I've just tried that, and it seems that the driver is up to date.


----------



## GZ (Jan 31, 2010)

Hello again. Do you know what wireless adapter your Acer has?

Go into Device Manager to find out.... It will either be Atheros, Broadcom or Intel


----------



## KPS (Dec 11, 2010)

It's a Broadcom 802.11n Network Adapter


----------



## GZ (Jan 31, 2010)

Try changing the wireless channel of the router you are connecting to. It is possible there is interference from other electronic devices that, for some reason, is affecting the Broadcom Wireless Adapter more than the other devices that connect to the network.


----------



## Jay R. Yablon (Dec 14, 2010)

KPS said:


> Hello, I've got an Acer Aspire 7745 and I am finding that it frequently drops the wifi connection. When I start up my laptop, it finds my wifi signal no problem and has no issues connecting to it. After a while (it doesn't seem to have any sort of typical timeframe to happen), it just stops connecting to the wifi signal even though it will recognize that it's available. If I try to connect to it again, it just says "unable to connect".
> 
> When I try to troubleshoot, it goes through the process and eventually tries to reset the adapter. It disables it fine, but when it re-enables it, the computer freezes/locks up making force-restart it. If I don't do the troubleshooting method by try and disable the adapter and re-enable it, the same thing occurs.
> 
> ...


 
I had the same problem as you and updated the wireless network adapter driver for the Aspire 7745 from the ACER website from 5.60.350.6 to 5.60.48.35. What driver revision do you currently have for the adapter?


----------



## GZ (Jan 31, 2010)

Thank you for the input and the information Jay, it is much appreciated!


----------



## Jay R. Yablon (Dec 14, 2010)

I also made one other change I saw suggested on another forum. In the device manager, I unchecked (said no to) "Allow the computer to turn off this device to save power." That makes good sense because the wireless adapter is certainly cutting off, and there is a history of problems with windows systems getting locked up after something goes into hibernation.


----------



## Jay R. Yablon (Dec 14, 2010)

Jay R. Yablon said:


> I also made one other change I saw suggested on another forum. In the device manager, I unchecked (said no to) "Allow the computer to turn off this device to save power." That makes good sense because the wireless adapter is certainly cutting off, and there is a history of problems with windows systems getting locked up after something goes into hibernation.


 
Sorry to report I dropped the connection again about an hour ago. So the two changes I made (driver upgrade, remove the power off for the network adapter) did not solve the problem.


----------



## Jay R. Yablon (Dec 14, 2010)

KPS said:


> Hello, I've got an Acer Aspire 7745 and I am finding that it frequently drops the wifi connection. When I start up my laptop, it finds my wifi signal no problem and has no issues connecting to it. After a while (it doesn't seem to have any sort of typical timeframe to happen), it just stops connecting to the wifi signal even though it will recognize that it's available. If I try to connect to it again, it just says "unable to connect".
> 
> When I try to troubleshoot, it goes through the process and eventually tries to reset the adapter. It disables it fine, but when it re-enables it, the computer freezes/locks up making force-restart it. If I don't do the troubleshooting method by try and disable the adapter and re-enable it, the same thing occurs.
> 
> ...


 

As I mentioned earlier, I have the same problem. I just did an internet chat with ACER technical support. They wanted me to do a system recovery which is like killing a mosquito with a bazooka, and which would put me out of business for a week before I could get all my programs and files properly reinstalled. 
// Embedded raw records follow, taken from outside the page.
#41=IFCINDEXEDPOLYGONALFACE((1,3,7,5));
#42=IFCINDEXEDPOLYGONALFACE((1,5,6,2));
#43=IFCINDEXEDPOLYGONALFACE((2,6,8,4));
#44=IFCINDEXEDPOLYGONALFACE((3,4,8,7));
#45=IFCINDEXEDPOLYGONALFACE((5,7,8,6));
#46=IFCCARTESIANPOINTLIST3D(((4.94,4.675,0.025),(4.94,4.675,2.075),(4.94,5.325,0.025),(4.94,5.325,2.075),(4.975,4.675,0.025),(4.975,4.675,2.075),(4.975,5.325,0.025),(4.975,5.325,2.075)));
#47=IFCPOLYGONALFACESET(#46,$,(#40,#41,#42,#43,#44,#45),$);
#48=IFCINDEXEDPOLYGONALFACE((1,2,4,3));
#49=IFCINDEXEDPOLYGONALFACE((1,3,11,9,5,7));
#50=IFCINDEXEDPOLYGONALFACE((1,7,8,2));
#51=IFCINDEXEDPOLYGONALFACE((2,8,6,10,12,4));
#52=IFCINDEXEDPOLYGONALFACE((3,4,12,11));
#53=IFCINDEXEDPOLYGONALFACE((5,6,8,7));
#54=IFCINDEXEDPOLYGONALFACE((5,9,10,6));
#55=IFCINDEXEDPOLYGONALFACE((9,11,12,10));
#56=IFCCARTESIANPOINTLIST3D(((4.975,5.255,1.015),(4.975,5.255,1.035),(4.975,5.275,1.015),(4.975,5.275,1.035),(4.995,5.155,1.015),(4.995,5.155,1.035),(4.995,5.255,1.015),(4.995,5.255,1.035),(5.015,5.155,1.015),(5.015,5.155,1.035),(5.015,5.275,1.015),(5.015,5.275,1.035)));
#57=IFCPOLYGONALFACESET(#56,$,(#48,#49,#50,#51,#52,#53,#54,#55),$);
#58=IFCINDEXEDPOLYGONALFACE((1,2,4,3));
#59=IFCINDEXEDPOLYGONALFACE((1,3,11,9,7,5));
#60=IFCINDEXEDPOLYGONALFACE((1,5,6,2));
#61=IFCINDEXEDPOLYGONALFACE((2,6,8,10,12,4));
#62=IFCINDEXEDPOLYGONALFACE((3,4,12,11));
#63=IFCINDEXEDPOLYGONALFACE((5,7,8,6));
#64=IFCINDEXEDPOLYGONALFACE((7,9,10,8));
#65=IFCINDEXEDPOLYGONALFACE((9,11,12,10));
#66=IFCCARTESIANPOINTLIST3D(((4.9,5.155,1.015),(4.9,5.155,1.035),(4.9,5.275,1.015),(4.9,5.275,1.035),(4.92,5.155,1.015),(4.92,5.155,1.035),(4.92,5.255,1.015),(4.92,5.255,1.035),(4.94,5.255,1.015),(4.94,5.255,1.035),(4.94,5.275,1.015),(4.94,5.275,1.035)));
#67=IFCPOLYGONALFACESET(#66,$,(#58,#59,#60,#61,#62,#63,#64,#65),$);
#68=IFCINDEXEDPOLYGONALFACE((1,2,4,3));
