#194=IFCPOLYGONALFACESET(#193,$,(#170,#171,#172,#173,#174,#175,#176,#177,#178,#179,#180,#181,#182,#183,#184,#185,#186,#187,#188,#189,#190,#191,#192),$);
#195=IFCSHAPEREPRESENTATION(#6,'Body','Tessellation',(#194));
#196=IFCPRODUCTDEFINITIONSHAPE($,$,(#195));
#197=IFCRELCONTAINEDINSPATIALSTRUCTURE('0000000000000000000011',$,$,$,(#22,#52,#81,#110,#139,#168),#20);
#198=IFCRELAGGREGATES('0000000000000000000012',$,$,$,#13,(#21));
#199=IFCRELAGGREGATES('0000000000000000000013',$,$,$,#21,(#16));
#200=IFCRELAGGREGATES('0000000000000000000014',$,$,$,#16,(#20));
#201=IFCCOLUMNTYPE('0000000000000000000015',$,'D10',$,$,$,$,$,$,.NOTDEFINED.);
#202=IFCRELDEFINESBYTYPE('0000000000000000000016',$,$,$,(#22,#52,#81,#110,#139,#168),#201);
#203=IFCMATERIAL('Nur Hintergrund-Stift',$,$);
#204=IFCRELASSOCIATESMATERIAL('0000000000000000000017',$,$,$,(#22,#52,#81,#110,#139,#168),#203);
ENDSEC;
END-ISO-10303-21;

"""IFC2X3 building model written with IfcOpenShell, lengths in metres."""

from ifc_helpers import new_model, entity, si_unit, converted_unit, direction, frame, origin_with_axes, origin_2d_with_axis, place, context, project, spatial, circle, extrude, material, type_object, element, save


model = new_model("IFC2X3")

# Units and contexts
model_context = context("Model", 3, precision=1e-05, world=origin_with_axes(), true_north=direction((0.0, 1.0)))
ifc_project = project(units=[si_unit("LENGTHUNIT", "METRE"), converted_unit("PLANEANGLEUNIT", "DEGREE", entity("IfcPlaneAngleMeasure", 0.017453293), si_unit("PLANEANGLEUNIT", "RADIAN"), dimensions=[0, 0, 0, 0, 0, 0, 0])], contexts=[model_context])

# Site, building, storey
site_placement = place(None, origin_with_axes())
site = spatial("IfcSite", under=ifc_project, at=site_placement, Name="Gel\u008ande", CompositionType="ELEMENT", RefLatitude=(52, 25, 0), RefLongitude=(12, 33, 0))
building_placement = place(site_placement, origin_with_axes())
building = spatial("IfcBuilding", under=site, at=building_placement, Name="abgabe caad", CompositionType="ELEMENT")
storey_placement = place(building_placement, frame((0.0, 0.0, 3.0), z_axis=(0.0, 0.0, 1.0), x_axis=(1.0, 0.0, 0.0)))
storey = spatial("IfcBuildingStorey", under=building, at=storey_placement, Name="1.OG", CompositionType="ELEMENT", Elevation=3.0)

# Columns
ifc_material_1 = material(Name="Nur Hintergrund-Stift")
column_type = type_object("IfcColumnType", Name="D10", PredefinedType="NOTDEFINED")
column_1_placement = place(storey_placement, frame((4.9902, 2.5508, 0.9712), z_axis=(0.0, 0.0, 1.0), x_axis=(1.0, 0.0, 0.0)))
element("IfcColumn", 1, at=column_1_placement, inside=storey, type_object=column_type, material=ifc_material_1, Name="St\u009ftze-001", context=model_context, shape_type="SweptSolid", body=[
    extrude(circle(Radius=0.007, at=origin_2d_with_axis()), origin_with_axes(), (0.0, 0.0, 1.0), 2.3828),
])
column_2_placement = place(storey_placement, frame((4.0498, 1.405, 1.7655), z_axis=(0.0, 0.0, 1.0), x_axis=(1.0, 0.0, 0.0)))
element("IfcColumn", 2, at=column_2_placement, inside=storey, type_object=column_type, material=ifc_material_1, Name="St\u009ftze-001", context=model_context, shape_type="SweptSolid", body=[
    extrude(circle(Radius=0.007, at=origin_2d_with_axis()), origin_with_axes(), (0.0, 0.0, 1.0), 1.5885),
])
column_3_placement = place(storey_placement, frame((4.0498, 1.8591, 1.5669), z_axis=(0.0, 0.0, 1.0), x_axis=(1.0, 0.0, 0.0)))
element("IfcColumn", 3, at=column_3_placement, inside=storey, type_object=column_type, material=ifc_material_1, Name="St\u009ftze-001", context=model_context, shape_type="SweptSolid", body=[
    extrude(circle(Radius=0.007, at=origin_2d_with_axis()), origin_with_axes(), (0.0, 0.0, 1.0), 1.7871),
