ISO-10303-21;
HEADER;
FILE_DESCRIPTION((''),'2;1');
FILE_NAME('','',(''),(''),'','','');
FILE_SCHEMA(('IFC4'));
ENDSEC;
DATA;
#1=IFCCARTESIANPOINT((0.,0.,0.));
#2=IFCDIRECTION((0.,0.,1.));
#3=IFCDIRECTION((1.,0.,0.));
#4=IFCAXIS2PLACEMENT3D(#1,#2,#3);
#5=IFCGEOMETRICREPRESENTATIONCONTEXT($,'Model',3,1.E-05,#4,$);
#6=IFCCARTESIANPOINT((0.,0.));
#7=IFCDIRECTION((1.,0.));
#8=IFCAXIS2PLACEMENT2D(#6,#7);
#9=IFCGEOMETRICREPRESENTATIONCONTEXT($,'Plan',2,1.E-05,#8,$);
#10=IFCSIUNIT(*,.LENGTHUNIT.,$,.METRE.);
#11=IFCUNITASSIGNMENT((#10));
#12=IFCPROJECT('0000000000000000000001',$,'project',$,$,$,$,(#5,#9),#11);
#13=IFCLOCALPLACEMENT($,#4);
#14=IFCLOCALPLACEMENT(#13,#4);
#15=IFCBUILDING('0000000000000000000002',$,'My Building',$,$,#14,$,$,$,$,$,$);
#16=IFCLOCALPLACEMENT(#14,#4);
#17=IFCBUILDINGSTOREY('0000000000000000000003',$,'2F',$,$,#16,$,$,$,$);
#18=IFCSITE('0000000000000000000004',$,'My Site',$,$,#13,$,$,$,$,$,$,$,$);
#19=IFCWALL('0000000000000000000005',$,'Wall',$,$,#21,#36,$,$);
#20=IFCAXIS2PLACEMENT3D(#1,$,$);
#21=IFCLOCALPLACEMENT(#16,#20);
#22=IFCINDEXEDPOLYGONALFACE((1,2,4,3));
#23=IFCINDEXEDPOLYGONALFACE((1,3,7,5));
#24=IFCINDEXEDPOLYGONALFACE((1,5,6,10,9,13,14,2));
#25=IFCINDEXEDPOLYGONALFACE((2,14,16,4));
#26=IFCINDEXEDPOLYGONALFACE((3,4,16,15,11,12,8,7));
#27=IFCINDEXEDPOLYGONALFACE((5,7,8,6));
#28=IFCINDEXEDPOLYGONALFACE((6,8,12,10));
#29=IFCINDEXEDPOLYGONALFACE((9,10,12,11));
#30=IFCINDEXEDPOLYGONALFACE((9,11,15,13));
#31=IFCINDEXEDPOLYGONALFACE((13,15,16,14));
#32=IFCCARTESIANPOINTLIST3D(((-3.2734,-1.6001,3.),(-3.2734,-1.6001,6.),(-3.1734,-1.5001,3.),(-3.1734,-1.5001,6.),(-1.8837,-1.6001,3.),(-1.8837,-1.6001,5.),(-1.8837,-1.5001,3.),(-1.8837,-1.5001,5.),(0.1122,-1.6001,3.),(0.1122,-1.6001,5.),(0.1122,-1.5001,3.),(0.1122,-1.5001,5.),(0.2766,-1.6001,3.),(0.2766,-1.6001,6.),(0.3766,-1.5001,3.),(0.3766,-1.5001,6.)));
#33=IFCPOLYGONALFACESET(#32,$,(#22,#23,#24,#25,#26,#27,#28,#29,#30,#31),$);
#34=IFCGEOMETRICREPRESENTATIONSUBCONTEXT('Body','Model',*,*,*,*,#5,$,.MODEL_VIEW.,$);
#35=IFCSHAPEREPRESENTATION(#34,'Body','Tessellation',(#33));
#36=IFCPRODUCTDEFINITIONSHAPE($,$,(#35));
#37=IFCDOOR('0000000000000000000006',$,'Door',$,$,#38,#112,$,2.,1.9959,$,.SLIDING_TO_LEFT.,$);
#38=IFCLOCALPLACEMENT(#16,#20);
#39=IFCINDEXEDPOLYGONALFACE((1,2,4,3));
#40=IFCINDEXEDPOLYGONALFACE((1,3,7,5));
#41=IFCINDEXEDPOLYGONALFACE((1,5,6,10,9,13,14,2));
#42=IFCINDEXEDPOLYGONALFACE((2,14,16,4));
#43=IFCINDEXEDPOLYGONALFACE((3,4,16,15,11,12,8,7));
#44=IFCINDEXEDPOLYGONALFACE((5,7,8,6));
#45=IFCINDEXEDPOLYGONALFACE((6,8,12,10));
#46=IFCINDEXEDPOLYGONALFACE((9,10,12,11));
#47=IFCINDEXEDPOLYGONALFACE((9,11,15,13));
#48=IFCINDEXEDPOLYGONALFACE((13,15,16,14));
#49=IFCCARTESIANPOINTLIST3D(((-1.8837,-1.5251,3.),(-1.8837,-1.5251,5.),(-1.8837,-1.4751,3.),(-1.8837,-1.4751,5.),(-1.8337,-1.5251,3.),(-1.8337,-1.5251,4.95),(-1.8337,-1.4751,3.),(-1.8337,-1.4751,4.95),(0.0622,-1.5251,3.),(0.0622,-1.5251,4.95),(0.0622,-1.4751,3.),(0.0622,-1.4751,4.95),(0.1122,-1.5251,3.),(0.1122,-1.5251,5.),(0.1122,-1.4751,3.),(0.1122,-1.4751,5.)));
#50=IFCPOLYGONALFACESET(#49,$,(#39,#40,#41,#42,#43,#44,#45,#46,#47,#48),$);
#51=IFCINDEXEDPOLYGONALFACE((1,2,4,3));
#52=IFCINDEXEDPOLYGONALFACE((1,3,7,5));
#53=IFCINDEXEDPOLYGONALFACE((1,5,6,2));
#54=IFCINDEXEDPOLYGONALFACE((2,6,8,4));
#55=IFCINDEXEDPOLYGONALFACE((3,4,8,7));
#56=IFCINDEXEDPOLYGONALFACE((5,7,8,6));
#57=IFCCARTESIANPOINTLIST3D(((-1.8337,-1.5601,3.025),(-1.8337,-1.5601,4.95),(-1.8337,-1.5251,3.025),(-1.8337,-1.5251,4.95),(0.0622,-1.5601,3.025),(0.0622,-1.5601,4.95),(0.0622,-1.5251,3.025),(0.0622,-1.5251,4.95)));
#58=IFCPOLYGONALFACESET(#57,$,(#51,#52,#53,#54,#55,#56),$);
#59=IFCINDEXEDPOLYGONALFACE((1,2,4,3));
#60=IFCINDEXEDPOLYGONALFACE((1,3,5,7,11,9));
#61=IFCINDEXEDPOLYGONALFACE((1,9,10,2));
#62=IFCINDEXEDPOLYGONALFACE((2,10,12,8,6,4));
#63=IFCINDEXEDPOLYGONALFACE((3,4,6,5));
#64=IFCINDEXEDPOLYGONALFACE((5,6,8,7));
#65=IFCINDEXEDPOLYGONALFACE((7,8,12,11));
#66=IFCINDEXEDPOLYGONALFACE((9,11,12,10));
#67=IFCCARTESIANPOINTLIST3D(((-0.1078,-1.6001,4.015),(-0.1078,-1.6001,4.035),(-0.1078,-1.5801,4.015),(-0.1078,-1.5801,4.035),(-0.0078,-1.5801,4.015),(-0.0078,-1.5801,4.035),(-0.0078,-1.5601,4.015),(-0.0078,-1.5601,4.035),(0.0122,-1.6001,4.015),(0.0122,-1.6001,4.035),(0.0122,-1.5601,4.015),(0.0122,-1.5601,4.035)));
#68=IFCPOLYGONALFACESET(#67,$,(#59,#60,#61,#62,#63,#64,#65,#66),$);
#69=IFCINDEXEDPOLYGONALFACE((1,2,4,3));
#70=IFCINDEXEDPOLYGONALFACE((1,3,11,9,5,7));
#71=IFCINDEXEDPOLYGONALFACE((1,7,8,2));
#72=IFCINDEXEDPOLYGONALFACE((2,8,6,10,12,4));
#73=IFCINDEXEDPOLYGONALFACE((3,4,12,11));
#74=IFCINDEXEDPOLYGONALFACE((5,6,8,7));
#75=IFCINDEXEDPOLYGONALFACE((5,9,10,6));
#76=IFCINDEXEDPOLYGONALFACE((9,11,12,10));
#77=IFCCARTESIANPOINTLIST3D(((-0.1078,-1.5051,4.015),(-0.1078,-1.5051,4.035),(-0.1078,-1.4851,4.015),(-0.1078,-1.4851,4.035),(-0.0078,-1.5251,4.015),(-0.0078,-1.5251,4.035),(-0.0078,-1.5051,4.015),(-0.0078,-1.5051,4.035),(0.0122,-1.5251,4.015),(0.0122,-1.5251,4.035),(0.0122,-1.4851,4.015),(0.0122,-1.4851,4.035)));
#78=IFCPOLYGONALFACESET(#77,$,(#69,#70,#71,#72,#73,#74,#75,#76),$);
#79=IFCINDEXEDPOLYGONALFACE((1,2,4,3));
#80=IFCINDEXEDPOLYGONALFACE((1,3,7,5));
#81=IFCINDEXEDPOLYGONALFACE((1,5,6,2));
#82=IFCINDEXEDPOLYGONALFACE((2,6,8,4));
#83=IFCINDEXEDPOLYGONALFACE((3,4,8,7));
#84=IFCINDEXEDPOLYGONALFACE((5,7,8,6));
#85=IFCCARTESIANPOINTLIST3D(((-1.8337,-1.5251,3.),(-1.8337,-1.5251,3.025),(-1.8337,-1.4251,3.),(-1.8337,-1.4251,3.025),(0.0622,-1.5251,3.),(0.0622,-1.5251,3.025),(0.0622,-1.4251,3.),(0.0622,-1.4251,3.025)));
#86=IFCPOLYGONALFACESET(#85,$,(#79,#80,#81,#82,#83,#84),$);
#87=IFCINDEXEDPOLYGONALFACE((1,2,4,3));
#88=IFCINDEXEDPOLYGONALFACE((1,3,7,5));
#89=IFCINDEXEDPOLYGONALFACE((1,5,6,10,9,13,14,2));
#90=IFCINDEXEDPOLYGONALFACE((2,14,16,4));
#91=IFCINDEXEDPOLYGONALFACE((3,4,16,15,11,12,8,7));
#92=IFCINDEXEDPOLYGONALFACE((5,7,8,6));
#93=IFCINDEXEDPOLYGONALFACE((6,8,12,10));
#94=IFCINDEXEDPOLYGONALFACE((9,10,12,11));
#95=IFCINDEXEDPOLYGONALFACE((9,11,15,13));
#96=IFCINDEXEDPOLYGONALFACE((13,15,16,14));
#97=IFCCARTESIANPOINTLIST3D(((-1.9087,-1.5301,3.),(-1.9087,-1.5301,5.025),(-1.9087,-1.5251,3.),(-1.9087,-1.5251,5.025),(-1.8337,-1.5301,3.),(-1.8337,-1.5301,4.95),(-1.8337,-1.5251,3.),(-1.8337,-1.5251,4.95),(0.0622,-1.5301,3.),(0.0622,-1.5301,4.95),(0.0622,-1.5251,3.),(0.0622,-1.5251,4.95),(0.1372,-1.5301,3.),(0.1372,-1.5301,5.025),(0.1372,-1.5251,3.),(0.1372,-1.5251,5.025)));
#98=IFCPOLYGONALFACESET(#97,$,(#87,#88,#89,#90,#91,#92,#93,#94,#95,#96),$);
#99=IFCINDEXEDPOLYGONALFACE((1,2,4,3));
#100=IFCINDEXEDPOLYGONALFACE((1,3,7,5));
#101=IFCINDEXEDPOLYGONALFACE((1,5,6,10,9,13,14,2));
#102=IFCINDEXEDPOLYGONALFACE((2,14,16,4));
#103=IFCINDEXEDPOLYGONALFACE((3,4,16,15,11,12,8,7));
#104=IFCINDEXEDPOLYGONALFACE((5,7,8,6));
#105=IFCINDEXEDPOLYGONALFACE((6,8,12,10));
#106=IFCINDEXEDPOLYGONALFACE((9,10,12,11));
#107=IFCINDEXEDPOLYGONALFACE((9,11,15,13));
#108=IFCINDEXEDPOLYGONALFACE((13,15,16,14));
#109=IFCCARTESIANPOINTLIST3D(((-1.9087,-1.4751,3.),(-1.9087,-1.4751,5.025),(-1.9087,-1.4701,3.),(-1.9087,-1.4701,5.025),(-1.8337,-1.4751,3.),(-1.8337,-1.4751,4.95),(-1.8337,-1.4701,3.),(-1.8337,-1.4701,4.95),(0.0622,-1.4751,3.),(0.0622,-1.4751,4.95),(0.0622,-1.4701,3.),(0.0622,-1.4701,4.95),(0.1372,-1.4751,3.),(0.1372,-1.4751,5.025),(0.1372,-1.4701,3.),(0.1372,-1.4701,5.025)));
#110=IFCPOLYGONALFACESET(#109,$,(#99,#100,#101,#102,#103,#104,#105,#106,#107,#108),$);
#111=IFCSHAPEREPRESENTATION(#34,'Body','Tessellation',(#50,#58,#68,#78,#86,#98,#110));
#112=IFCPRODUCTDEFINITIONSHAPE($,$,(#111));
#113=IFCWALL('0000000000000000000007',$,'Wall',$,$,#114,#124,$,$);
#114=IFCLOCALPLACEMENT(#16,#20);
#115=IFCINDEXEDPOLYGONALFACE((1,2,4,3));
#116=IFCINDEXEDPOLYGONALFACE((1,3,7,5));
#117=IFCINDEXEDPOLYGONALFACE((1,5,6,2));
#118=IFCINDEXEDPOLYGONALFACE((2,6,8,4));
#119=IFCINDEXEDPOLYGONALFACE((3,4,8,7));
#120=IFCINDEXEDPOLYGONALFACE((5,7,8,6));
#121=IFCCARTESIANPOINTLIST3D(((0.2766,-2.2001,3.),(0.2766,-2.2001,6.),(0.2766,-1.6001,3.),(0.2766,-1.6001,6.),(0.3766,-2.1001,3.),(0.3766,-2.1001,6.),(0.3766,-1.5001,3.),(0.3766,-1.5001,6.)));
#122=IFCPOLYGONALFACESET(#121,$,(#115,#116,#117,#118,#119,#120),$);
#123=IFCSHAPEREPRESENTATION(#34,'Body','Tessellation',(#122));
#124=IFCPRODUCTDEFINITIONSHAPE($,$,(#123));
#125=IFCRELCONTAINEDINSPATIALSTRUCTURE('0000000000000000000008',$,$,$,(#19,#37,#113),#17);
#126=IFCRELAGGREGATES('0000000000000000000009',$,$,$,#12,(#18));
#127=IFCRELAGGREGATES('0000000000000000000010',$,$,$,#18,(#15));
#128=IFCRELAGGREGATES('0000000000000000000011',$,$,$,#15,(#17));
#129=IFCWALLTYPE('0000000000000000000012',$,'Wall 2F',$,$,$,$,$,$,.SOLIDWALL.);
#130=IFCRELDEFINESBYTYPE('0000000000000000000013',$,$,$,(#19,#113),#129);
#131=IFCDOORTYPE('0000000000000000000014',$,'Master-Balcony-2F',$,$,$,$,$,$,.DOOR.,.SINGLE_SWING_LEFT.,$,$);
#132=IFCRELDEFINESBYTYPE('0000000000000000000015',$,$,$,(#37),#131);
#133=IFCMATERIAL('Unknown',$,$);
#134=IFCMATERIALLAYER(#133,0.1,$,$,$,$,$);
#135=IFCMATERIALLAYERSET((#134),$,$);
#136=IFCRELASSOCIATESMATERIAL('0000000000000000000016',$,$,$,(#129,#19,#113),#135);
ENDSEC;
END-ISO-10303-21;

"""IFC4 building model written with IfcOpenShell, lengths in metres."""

from ifc_helpers import new_model, entity, si_unit, frame, origin_with_axes, origin_2d_with_axis, place, context, subcontext, project, spatial, line, indexed_curve, outline, extrude, shape, source, transform, mapped, material, layer, layer_set, layer_usage, type_object, type_shapes, element, fill, save


model = new_model("IFC4")

# Units and contexts
model_context = context("Model", 3, precision=1e-05, world=origin_with_axes())
plan_context = context("Plan", 2, precision=1e-05, world=origin_2d_with_axis())
body_context_1 = subcontext(model_context, "Body", "Model", "MODEL_VIEW")
body_context_2 = subcontext(plan_context, "Body", "Plan", "PLAN_VIEW")
ifc_project = project(units=[si_unit("LENGTHUNIT", "METRE")], contexts=[model_context, plan_context])

# Site, building, storey
site_placement = place(None, origin_with_axes())
site = spatial("IfcSite", under=ifc_project, at=site_placement, Name="My Site")
building_placement = place(site_placement, origin_with_axes())
building = spatial("IfcBuilding", under=site, at=building_placement, Name="My Building")
storey_placement = place(building_placement, origin_with_axes())
storey = spatial("IfcBuildingStorey", under=building, at=storey_placement, Name="2F")

# Shared definitions
ifc_material = material(Name="Unknown")

# Shared definitions
ifc_layer_1 = layer(ifc_material, 0.1)
ifc_layer_set_1 = layer_set([ifc_layer_1])
wall_type = type_object("IfcWallType", Name="Wall 2F", PredefinedType="SOLIDWALL", material=ifc_layer_set_1)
They insisted that I was the first to report this problem, which is one reason they gave for giving me the runaround. Have you reported this? If not, please do. They need to hear this from others. I was told if they heard from more than just me, they would escalate this through their whole technical support team.


----------



## KPS (Dec 11, 2010)

Unfortunately the 2 fixes that were suggested didn't do it for me either. I still have the same problem. 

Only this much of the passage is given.